Provided material ->
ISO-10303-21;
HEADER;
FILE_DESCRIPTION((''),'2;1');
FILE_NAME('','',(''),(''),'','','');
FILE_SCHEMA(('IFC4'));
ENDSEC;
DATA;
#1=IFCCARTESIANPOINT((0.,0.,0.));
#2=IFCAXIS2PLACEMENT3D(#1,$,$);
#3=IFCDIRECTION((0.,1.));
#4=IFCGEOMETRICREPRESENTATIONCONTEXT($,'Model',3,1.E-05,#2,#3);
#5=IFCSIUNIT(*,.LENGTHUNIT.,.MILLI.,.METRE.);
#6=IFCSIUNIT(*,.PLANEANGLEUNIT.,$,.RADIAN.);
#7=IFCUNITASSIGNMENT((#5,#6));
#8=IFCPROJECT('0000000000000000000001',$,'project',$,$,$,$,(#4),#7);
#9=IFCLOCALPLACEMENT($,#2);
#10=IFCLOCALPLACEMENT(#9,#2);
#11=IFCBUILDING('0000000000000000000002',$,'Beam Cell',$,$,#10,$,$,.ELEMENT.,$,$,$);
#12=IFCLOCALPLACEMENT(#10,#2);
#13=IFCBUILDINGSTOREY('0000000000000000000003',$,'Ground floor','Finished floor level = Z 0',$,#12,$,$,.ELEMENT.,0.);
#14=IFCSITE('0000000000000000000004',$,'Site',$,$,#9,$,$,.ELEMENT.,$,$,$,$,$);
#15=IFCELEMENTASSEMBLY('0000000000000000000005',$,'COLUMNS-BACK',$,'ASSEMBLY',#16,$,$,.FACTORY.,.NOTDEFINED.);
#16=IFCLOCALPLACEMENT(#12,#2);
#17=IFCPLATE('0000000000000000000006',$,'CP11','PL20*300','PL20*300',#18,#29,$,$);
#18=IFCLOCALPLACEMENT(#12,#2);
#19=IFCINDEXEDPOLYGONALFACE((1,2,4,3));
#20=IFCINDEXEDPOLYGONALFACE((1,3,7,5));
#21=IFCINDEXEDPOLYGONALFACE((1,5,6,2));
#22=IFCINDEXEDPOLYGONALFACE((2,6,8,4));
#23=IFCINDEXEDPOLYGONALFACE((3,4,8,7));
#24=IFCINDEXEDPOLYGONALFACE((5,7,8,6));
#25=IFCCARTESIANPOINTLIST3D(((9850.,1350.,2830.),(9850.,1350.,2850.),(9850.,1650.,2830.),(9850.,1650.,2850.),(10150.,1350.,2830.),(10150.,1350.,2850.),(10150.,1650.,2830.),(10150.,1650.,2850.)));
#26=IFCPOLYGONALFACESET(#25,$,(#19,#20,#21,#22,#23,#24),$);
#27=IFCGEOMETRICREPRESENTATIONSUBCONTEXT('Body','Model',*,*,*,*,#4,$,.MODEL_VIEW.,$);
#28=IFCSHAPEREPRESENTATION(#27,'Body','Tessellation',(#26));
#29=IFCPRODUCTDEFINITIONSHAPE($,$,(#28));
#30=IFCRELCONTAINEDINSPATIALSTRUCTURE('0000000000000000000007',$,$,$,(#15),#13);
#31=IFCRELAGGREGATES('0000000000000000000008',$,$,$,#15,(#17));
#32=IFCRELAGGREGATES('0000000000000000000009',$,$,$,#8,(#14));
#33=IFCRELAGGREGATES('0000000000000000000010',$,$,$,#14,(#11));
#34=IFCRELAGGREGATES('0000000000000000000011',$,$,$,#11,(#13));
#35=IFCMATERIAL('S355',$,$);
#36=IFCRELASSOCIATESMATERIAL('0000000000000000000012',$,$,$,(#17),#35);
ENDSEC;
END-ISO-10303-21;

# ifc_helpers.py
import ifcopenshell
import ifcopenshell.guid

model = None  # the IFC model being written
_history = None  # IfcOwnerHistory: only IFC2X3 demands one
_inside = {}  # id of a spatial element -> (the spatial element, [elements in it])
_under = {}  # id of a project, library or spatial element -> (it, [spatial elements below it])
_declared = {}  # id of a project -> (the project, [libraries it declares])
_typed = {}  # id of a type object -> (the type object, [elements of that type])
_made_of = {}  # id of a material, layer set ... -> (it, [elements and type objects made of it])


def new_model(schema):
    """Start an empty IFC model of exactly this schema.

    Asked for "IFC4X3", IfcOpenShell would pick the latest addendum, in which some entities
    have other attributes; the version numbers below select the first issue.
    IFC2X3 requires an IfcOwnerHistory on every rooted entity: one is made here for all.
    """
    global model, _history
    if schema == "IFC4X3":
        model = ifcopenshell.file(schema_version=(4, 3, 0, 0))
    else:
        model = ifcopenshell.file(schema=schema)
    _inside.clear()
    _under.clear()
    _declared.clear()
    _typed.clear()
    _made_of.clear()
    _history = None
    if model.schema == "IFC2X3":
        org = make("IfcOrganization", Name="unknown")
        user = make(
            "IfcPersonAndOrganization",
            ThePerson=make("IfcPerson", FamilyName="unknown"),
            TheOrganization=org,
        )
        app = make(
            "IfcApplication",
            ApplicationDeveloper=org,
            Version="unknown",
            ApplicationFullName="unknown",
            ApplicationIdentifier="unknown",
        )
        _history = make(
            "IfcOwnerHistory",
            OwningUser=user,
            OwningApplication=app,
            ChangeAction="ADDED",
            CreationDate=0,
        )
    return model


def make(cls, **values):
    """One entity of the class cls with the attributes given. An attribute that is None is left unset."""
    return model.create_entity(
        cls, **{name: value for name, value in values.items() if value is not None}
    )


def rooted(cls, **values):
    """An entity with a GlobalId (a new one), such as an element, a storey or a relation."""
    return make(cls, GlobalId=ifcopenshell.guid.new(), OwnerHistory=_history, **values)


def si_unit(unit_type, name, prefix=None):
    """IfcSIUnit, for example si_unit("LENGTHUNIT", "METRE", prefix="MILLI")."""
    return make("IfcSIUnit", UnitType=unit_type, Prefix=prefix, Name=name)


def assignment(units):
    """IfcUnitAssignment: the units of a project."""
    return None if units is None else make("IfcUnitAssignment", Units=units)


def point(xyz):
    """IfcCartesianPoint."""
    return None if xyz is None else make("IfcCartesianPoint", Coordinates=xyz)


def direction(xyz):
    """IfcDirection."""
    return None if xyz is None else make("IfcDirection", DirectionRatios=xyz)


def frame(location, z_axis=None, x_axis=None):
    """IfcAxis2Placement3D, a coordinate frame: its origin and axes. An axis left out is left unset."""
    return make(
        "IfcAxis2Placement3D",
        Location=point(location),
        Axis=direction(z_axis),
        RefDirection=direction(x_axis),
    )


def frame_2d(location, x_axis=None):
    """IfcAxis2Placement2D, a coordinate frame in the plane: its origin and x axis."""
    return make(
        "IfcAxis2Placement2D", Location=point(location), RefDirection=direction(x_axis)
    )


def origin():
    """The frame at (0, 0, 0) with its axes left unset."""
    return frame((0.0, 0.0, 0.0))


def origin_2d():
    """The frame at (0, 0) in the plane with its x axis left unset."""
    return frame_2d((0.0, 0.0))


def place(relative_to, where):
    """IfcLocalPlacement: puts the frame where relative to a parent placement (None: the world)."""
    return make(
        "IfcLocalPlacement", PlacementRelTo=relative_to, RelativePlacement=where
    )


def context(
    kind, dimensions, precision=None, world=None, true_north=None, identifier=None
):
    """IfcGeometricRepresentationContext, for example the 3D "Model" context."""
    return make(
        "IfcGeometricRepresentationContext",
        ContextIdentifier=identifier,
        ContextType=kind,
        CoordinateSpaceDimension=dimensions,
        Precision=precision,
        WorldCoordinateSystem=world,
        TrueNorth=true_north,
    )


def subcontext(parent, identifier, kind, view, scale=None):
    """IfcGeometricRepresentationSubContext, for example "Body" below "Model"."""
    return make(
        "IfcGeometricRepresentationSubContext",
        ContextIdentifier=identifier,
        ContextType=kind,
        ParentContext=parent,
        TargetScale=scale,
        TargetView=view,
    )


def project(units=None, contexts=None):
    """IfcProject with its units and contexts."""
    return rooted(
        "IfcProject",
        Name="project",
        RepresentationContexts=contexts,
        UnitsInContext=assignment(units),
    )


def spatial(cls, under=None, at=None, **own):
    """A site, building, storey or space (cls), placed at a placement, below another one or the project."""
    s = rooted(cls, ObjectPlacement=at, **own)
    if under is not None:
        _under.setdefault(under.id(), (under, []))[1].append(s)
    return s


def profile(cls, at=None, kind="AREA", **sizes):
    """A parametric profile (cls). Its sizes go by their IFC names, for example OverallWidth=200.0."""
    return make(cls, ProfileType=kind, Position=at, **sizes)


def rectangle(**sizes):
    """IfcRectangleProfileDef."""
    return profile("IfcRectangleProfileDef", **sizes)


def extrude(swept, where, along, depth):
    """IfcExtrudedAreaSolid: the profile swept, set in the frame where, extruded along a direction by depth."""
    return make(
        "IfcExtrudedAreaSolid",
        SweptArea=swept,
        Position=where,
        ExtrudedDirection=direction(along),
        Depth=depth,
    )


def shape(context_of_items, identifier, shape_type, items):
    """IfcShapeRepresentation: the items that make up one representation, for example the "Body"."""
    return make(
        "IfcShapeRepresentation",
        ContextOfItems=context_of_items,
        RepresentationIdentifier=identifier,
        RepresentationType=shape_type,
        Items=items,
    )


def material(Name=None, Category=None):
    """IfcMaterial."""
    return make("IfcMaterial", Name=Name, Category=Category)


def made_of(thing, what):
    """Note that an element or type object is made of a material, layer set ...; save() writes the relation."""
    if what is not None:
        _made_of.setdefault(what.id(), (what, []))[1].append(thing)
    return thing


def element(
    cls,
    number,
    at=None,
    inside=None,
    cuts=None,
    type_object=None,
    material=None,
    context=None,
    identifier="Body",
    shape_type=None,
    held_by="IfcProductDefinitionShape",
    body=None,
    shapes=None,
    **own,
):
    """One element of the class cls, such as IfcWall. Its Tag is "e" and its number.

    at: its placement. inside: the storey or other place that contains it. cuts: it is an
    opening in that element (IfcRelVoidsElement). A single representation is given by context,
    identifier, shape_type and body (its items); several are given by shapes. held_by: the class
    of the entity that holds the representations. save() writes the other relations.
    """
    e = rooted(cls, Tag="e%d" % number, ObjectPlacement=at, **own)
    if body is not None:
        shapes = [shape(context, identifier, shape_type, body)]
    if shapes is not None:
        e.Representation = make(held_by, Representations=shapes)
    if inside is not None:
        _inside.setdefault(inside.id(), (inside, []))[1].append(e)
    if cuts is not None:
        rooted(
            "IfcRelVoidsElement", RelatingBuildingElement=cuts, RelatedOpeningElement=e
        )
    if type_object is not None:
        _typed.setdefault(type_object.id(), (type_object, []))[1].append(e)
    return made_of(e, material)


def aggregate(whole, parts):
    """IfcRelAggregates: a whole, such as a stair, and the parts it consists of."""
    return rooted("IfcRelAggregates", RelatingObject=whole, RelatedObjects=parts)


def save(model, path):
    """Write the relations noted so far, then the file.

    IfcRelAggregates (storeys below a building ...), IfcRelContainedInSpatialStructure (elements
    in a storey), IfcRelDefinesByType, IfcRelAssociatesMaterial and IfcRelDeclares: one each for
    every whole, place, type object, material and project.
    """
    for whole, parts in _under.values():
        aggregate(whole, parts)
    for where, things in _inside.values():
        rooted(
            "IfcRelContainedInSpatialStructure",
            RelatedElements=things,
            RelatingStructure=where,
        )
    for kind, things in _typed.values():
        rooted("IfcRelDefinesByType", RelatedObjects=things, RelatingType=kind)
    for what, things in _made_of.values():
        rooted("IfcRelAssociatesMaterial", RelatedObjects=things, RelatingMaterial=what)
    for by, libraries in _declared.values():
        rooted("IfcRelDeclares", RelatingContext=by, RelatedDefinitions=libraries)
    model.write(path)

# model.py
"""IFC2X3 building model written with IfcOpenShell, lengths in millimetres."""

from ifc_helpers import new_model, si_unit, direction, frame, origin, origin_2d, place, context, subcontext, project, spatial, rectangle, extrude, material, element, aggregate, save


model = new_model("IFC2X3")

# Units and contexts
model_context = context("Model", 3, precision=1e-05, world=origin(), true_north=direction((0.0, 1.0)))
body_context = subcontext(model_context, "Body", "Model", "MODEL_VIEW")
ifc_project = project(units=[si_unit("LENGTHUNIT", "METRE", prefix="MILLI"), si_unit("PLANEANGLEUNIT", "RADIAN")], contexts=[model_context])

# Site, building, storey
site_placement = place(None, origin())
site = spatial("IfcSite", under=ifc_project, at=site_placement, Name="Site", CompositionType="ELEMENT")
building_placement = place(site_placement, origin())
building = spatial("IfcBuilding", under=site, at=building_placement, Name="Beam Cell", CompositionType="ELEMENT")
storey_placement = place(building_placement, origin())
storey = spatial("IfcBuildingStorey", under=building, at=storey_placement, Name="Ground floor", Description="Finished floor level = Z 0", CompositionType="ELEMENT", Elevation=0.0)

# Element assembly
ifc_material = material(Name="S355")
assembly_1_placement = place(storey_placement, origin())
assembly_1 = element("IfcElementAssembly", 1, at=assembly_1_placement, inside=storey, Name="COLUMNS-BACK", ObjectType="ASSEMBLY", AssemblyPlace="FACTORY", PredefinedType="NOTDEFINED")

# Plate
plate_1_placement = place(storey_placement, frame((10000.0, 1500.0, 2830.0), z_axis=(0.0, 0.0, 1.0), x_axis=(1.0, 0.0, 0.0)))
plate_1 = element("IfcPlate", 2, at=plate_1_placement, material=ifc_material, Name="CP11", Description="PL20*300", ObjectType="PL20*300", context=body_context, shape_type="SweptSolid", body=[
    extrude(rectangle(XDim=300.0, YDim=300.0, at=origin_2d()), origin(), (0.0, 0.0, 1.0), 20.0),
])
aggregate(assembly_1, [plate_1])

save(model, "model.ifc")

Work item -> Looking at the data above, show all lines where the word "parts" occurs.

Reply to the task ->
def aggregate(whole, parts):
    """IfcRelAggregates: a whole, such as a stair, and the parts it consists of."""
    return rooted("IfcRelAggregates", RelatingObject=whole, RelatedObjects=parts)
    for whole, parts in _under.values():
        aggregate(whole, parts)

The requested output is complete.